**PROBLEM DESCRIPTION**
The string "contexts" appears in some lines of the entries that follow; copy each such line.

WORKING DATA Start Marker

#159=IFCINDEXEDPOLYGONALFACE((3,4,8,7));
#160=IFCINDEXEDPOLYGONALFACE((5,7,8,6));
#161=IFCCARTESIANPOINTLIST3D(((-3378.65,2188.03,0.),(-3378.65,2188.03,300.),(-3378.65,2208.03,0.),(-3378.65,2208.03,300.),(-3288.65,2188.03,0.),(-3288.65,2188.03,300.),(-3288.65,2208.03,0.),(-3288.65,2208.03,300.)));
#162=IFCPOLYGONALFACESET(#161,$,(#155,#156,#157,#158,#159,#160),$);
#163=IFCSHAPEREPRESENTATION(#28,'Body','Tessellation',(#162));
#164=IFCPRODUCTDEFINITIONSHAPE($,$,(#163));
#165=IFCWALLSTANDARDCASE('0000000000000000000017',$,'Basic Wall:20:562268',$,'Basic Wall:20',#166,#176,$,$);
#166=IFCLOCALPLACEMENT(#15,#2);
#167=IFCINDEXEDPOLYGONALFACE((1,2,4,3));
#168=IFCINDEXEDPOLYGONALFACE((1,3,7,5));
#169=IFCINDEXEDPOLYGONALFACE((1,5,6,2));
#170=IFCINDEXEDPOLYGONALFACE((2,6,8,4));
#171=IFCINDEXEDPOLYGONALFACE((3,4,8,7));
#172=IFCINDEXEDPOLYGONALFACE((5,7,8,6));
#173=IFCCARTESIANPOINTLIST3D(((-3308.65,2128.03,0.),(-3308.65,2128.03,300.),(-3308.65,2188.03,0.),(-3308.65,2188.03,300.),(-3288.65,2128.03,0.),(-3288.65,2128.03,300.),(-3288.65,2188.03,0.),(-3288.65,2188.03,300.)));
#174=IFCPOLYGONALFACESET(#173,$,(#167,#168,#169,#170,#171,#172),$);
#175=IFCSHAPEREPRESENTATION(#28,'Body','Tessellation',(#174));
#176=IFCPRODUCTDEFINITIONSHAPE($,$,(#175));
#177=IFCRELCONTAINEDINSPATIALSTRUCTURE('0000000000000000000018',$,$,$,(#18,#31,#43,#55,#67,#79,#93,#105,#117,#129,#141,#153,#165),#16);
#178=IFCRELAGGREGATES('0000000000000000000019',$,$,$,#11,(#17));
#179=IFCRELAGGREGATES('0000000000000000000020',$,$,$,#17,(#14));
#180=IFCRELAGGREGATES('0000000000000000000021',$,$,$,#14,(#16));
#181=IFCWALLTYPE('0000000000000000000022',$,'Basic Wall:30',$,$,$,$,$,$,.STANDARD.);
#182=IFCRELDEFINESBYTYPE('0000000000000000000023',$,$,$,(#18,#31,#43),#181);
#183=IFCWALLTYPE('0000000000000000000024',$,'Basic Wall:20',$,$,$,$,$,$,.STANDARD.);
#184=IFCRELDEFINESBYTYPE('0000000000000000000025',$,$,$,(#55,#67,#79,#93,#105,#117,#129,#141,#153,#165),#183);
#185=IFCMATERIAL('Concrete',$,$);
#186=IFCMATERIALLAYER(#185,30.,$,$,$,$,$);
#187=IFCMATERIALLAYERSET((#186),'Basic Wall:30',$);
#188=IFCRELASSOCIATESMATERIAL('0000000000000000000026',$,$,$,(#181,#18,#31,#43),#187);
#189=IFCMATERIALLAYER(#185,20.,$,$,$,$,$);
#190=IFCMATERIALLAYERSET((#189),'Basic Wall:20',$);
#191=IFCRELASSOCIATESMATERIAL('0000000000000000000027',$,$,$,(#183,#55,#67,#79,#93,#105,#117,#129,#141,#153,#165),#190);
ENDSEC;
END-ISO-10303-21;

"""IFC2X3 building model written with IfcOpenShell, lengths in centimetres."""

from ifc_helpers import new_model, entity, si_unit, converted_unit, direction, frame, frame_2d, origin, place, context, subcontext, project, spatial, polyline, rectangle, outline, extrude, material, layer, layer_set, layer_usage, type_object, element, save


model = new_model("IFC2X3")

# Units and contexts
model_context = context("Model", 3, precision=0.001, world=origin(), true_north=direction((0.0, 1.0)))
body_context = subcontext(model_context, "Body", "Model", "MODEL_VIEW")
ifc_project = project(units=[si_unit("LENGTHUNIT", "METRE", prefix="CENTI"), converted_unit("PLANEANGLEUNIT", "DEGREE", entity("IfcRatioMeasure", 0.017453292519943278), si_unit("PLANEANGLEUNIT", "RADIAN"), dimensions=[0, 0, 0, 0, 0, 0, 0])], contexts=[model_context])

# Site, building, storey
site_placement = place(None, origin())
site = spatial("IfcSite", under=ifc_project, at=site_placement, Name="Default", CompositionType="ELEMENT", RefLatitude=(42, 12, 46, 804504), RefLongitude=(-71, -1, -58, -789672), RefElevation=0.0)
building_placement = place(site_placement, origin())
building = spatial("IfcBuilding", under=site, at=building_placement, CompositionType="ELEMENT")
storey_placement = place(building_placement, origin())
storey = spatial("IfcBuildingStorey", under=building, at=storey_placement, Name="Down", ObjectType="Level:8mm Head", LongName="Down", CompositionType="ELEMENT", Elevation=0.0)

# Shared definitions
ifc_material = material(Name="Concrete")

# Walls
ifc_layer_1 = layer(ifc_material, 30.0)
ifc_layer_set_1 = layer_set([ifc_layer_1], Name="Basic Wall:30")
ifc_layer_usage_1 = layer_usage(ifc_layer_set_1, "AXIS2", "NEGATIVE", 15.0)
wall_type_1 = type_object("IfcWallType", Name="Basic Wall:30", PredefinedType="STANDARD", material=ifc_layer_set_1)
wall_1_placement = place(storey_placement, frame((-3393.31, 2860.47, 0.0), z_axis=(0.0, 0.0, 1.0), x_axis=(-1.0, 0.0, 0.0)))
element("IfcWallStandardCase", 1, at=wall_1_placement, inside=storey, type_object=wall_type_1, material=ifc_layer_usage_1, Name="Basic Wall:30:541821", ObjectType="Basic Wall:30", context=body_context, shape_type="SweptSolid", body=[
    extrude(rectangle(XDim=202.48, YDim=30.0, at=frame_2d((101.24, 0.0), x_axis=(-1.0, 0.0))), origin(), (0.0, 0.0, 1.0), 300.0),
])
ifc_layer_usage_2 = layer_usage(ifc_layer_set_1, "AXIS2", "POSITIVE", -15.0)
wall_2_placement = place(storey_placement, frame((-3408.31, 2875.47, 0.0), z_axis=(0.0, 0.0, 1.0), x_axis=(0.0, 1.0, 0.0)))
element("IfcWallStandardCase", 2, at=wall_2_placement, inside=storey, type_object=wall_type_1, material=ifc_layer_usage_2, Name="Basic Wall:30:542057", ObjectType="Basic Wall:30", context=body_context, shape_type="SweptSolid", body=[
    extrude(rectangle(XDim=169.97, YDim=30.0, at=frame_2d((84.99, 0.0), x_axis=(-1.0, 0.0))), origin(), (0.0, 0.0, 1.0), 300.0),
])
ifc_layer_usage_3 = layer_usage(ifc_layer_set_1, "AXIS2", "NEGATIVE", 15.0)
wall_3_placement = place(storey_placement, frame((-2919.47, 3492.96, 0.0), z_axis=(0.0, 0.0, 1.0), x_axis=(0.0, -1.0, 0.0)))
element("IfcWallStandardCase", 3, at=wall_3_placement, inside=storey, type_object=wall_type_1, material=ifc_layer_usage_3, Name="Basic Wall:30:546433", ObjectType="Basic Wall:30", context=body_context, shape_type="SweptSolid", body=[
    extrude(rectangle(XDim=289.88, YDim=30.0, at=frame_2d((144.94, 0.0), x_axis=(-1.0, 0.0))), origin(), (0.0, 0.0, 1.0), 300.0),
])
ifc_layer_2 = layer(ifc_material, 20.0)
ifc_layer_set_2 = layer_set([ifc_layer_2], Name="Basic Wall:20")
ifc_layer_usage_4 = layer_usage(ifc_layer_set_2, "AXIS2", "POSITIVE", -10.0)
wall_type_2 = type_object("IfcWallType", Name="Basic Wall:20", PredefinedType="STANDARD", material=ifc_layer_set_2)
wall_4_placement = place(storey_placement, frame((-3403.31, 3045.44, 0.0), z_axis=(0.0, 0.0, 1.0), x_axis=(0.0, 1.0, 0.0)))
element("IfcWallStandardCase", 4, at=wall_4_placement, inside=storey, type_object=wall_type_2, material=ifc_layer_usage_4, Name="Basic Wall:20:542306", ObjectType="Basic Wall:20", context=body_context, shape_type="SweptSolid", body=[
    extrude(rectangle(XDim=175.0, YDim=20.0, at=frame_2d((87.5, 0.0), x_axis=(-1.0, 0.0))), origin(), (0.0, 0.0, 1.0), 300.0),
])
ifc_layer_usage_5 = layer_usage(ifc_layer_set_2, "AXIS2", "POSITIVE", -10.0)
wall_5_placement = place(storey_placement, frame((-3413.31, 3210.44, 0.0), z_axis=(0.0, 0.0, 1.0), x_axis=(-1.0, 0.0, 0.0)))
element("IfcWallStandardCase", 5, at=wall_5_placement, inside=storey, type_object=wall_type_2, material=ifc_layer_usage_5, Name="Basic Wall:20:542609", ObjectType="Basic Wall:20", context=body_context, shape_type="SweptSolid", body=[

WORKING DATA End Marker

**RESULT**
# Units and contexts
ifc_project = project(units=[si_unit("LENGTHUNIT", "METRE", prefix="CENTI"), converted_unit("PLANEANGLEUNIT", "DEGREE", entity("IfcRatioMeasure", 0.017453292519943278), si_unit("PLANEANGLEUNIT", "RADIAN"), dimensions=[0, 0, 0, 0, 0, 0, 0])], contexts=[model_context])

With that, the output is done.